─── INFORMATION

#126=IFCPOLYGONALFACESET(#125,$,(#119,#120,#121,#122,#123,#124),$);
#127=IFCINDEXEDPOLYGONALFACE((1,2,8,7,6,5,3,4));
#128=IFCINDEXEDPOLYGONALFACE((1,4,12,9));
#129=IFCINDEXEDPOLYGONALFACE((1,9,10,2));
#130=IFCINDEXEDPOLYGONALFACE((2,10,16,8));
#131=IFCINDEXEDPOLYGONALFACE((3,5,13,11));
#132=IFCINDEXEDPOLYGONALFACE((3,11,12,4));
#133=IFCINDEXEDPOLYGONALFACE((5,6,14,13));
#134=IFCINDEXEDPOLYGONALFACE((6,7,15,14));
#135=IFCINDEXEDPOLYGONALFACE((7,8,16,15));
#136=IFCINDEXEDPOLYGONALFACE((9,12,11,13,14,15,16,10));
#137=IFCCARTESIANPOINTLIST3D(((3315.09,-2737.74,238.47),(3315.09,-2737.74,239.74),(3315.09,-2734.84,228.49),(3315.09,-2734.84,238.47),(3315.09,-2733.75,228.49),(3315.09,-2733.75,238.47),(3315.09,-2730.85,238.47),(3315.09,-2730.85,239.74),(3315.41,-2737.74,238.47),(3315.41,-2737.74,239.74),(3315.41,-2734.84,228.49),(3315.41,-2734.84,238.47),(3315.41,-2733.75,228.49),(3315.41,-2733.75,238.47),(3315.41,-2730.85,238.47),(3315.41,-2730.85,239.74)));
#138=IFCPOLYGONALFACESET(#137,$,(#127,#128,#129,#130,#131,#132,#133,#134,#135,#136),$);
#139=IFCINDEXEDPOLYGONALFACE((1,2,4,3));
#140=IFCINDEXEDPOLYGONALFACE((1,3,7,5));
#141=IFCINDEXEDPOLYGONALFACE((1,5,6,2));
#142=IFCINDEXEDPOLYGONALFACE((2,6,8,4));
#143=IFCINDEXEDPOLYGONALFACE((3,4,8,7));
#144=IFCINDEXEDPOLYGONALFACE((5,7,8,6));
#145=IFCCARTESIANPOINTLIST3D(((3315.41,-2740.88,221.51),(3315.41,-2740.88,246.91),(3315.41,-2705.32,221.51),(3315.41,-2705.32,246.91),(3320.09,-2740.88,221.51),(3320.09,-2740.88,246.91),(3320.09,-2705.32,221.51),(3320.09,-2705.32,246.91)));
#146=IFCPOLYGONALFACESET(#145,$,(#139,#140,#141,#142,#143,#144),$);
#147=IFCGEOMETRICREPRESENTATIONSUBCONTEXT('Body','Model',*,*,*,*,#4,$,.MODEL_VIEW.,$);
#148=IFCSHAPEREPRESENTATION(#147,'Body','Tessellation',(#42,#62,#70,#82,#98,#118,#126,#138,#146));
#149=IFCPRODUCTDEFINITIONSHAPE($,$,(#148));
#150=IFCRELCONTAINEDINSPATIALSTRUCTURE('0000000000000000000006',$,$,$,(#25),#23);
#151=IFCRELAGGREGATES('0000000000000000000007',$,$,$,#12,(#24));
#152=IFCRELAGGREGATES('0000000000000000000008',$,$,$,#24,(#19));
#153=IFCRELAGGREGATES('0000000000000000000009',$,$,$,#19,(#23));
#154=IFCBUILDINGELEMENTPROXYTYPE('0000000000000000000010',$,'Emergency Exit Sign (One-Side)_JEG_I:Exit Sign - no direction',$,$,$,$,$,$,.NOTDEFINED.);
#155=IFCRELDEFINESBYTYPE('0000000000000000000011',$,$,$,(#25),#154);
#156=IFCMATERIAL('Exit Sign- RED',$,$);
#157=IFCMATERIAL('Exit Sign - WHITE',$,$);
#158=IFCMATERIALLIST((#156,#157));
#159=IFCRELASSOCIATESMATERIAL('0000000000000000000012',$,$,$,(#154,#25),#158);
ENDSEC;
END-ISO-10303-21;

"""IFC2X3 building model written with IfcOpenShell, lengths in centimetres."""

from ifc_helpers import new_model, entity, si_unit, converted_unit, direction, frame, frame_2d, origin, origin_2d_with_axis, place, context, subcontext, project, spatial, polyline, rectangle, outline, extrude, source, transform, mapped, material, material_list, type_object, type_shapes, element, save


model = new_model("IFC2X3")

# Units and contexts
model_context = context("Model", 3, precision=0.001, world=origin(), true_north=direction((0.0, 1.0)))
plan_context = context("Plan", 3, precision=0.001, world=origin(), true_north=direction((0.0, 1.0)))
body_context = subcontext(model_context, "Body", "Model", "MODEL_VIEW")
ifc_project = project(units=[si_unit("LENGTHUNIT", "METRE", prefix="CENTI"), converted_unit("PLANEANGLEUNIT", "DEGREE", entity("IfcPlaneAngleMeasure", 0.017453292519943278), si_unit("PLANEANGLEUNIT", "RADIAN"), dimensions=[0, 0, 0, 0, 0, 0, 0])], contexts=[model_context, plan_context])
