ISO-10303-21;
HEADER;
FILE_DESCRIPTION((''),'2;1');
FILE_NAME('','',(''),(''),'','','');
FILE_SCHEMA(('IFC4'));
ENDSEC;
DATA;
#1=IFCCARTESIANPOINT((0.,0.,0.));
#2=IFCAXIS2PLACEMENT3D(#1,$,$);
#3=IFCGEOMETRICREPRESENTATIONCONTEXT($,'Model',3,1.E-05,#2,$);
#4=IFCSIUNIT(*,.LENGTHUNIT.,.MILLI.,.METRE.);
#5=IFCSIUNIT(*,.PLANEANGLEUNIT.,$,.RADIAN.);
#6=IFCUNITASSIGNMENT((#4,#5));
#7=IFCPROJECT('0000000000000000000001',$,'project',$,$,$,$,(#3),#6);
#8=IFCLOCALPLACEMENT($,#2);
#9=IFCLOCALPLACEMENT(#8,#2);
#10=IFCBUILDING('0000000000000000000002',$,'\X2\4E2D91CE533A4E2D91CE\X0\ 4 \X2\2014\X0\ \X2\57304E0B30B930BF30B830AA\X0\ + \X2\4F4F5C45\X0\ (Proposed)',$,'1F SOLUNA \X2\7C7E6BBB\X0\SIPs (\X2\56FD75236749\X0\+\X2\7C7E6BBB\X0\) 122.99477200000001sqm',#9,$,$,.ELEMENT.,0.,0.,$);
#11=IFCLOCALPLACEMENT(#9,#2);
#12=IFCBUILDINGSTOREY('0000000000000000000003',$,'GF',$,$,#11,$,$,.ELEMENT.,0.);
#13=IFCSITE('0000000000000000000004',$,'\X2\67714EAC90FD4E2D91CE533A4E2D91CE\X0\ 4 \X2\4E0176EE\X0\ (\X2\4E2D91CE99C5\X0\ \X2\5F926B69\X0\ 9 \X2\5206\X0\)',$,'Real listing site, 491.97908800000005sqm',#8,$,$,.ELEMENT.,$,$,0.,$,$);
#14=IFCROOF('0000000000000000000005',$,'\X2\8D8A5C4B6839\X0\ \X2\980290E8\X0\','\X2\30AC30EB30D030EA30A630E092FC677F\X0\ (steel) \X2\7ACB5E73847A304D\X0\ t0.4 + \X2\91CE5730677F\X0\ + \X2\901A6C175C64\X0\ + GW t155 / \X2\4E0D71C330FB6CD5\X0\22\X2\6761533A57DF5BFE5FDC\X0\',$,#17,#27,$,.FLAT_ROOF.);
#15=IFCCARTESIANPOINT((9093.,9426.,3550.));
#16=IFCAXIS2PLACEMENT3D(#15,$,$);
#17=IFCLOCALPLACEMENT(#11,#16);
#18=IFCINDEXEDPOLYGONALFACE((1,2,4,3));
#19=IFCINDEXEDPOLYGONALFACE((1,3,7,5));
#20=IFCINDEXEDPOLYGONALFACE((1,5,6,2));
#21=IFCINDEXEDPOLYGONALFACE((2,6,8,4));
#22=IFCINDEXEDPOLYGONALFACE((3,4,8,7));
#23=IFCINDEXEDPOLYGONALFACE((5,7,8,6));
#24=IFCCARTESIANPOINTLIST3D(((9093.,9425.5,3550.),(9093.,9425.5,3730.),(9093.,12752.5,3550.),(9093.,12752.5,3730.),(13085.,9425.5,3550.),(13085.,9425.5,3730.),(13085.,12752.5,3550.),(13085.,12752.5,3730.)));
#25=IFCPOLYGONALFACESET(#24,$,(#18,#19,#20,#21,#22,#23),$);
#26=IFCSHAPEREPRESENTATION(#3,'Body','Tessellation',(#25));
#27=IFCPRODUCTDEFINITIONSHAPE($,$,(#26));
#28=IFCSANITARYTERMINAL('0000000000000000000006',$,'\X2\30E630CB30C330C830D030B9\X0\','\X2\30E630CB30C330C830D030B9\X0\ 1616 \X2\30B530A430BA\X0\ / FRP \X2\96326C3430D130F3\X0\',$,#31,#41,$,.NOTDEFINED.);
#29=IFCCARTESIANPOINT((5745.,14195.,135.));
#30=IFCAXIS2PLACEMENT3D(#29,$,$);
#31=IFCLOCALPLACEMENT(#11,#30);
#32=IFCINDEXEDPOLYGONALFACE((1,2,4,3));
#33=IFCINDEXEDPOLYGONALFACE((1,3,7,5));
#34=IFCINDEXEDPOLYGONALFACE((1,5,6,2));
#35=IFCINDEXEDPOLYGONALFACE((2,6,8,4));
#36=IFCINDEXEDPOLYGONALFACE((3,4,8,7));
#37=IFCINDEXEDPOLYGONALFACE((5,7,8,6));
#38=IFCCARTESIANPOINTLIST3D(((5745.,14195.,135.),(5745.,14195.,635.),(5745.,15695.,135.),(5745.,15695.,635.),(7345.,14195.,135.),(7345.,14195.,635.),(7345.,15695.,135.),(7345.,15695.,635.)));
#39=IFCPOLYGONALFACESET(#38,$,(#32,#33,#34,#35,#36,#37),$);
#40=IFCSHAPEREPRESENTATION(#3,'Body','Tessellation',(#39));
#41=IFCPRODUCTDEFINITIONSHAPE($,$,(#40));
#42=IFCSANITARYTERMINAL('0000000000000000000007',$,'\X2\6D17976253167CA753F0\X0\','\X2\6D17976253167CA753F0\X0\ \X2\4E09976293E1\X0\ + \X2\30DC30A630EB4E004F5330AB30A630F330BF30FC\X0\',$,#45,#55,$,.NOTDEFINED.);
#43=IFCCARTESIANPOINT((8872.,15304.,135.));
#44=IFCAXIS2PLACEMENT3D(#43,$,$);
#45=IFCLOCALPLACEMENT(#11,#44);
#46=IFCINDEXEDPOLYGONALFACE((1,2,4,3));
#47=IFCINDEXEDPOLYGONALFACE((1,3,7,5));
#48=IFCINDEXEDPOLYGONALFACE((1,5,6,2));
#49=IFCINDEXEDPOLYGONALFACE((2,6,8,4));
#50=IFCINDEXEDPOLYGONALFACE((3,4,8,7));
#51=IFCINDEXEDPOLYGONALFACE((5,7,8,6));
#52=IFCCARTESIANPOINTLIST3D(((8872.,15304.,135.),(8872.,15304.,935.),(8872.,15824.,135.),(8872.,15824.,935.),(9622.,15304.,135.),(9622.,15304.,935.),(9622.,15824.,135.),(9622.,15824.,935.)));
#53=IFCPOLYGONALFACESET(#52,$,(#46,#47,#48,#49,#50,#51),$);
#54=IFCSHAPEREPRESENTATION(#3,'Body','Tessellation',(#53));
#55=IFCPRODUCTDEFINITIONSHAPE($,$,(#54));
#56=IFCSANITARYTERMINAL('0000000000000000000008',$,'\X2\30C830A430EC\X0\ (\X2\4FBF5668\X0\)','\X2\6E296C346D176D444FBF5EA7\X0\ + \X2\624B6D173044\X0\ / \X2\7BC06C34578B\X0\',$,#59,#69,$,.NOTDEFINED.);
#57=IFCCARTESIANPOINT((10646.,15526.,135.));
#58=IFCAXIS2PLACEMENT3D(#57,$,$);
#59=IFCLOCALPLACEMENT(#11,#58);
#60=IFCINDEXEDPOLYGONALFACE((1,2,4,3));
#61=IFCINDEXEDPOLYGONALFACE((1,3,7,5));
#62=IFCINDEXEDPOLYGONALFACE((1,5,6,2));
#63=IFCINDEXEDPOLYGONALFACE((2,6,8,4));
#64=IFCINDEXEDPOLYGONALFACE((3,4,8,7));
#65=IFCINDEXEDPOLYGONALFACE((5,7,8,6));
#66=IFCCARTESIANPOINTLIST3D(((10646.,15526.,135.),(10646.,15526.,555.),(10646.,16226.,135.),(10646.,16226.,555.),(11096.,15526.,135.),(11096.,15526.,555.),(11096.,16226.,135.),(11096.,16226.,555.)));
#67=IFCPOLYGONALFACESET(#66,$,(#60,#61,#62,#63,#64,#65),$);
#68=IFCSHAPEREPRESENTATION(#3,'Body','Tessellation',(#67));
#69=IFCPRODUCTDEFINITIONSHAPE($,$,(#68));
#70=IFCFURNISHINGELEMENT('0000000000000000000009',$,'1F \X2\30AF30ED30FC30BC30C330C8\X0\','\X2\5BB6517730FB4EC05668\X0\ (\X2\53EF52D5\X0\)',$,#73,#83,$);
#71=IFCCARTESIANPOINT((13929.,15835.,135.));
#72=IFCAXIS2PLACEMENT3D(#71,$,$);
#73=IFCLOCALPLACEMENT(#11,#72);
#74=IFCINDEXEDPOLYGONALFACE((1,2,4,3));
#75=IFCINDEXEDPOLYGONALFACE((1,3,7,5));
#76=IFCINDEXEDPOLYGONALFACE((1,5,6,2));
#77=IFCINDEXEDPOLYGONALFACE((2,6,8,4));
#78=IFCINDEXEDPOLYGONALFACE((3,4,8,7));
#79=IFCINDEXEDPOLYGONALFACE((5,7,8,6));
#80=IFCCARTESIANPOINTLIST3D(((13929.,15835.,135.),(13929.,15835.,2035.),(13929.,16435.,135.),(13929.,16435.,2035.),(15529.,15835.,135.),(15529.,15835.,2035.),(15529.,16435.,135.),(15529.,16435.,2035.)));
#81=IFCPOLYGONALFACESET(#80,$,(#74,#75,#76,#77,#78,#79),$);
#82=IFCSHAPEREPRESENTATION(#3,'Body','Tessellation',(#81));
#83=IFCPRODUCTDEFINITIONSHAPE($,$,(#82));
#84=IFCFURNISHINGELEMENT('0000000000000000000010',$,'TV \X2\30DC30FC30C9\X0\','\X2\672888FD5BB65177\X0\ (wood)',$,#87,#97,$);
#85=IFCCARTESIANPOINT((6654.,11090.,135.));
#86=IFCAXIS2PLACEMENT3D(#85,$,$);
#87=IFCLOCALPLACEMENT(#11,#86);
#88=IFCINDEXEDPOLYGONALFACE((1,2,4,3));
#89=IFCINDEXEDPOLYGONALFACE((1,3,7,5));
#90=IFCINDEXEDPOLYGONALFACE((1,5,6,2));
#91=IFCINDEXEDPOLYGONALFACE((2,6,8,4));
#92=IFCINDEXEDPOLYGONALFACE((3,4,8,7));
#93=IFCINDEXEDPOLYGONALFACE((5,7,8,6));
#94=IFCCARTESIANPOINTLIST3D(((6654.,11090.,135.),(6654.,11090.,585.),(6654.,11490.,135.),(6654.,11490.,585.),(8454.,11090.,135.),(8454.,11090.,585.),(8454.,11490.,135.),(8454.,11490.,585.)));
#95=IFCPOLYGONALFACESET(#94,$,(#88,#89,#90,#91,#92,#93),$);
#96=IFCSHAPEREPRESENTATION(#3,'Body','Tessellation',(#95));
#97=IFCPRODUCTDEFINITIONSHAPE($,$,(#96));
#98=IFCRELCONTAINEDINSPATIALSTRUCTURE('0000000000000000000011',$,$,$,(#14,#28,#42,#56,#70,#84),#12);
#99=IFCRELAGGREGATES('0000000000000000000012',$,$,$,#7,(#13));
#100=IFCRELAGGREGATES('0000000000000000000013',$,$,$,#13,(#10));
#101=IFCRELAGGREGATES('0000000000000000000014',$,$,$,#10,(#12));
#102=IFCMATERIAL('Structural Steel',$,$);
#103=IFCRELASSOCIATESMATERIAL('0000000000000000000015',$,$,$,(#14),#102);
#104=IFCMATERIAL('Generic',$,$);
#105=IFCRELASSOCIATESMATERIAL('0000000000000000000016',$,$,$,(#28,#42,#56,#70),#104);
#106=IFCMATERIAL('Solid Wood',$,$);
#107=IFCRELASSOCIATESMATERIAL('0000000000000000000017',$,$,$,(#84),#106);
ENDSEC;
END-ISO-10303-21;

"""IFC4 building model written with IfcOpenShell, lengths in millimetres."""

from ifc_helpers import new_model, si_unit, frame, frame_2d, origin, place, context, project, spatial, rectangle, extrude, material, element, save


model = new_model("IFC4")

# Units and contexts
model_context = context("Model", 3, precision=1e-05, world=origin())
ifc_project = project(units=[si_unit("LENGTHUNIT", "METRE", prefix="MILLI"), si_unit("PLANEANGLEUNIT", "RADIAN")], contexts=[model_context])

# Site, building, storey
site_placement = place(None, origin())
site = spatial("IfcSite", under=ifc_project, at=site_placement, Name="東京都中野区中野 4 丁目 (中野駅 徒歩 9 分)", ObjectType="Real listing site, 491.97908800000005sqm", CompositionType="ELEMENT", RefElevation=0.0)
building_placement = place(site_placement, origin())
building = spatial("IfcBuilding", under=site, at=building_placement, Name="中野区中野 4 — 地下スタジオ + 住居 (Proposed)", ObjectType="1F SOLUNA 籾殻SIPs (国産杉+籾殻) 122.99477200000001sqm", CompositionType="ELEMENT", ElevationOfRefHeight=0.0, ElevationOfTerrain=0.0)
storey_placement = place(building_placement, origin())
storey = spatial("IfcBuildingStorey", under=building, at=storey_placement, Name="GF", CompositionType="ELEMENT", Elevation=0.0)

# Shared definitions
ifc_material_1 = material(Name="Solid Wood")

# Roof
ifc_material_2 = material(Name="Structural Steel")
roof_placement = place(storey_placement, frame((9093.0, 9426.0, 3550.0)))
element("IfcRoof", 1, at=roof_placement, inside=storey, material=ifc_material_2, Name="越屋根 頂部", Description="ガルバリウム鋼板 (steel) 立平葺き t0.4 + 野地板 + 通気層 + GW t155 / 不燃・法22条区域対応", PredefinedType="FLAT_ROOF", context=model_context, shape_type="SweptSolid", body=[
    extrude(rectangle(XDim=3992.0, YDim=3327.0, at=frame_2d((1996.0, 1663.0))), frame((9093.0, 9426.0, 3550.0)), (0.0, 0.0, 1.0), 180.0),
])

# Sanitary terminals
ifc_material_3 = material(Name="Generic")
sanitary_terminal_1_placement = place(storey_placement, frame((5745.0, 14195.0, 135.0)))
element("IfcSanitaryTerminal", 2, at=sanitary_terminal_1_placement, inside=storey, material=ifc_material_3, Name="ユニットバス", Description="ユニットバス 1616 サイズ / FRP 防水パン", PredefinedType="NOTDEFINED", context=model_context, shape_type="SweptSolid", body=[
    extrude(rectangle(XDim=1600.0, YDim=1500.0, at=frame_2d((800.0, 750.0))), frame((5745.0, 14195.0, 135.0)), (0.0, 0.0, 1.0), 500.0),
])
sanitary_terminal_2_placement = place(storey_placement, frame((8872.0, 15304.0, 135.0)))
element("IfcSanitaryTerminal", 3, at=sanitary_terminal_2_placement, inside=storey, material=ifc_material_3, Name="洗面化粧台", Description="洗面化粧台 三面鏡 + ボウル一体カウンター", PredefinedType="NOTDEFINED", context=model_context, shape_type="SweptSolid", body=[
    extrude(rectangle(XDim=750.0, YDim=520.0, at=frame_2d((375.0, 260.0))), frame((8872.0, 15304.0, 135.0)), (0.0, 0.0, 1.0), 800.0),
])
sanitary_terminal_3_placement = place(storey_placement, frame((10646.0, 15526.0, 135.0)))
element("IfcSanitaryTerminal", 4, at=sanitary_terminal_3_placement, inside=storey, material=ifc_material_3, Name="トイレ (便器)", Description="温水洗浄便座 + 手洗い / 節水型", PredefinedType="NOTDEFINED", context=model_context, shape_type="SweptSolid", body=[
    extrude(rectangle(XDim=450.0, YDim=700.0, at=frame_2d((225.0, 350.0))), frame((10646.0, 15526.0, 135.0)), (0.0, 0.0, 1.0), 420.0),
])

# Furnishing elements
furnishing_1_placement = place(storey_placement, frame((13929.0, 15835.0, 135.0)))
element("IfcFurnishingElement", 5, at=furnishing_1_placement, inside=storey, material=ifc_material_3, Name="1F クローゼット", Description="家具・什器 (可動)", context=model_context, shape_type="SweptSolid", body=[
    extrude(rectangle(XDim=1600.0, YDim=600.0, at=frame_2d((800.0, 300.0))), frame((13929.0, 15835.0, 135.0)), (0.0, 0.0, 1.0), 1900.0),
])
furnishing_2_placement = place(storey_placement, frame((6654.0, 11090.0, 135.0)))
element("IfcFurnishingElement", 6, at=furnishing_2_placement, inside=storey, material=ifc_material_1, Name="TV ボード", Description="木製家具 (wood)", context=model_context, shape_type="SweptSolid", body=[
    extrude(rectangle(XDim=1800.0, YDim=400.0, at=frame_2d((900.0, 200.0))), frame((6654.0, 11090.0, 135.0)), (0.0, 0.0, 1.0), 450.0),
])

save(model, "model.ifc")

──────

▶ _TASK DETAILS_: Look through the listing and extract every line with "Exit" in it.

▶ _SOLUTION FOR THIS PROBLEM_:
#154=IFCBUILDINGELEMENTPROXYTYPE('0000000000000000000010',$,'Emergency Exit Sign (One-Side)_JEG_I:Exit Sign - no direction',$,$,$,$,$,$,.NOTDEFINED.);
#156=IFCMATERIAL('Exit Sign- RED',$,$);
#157=IFCMATERIAL('Exit Sign - WHITE',$,$);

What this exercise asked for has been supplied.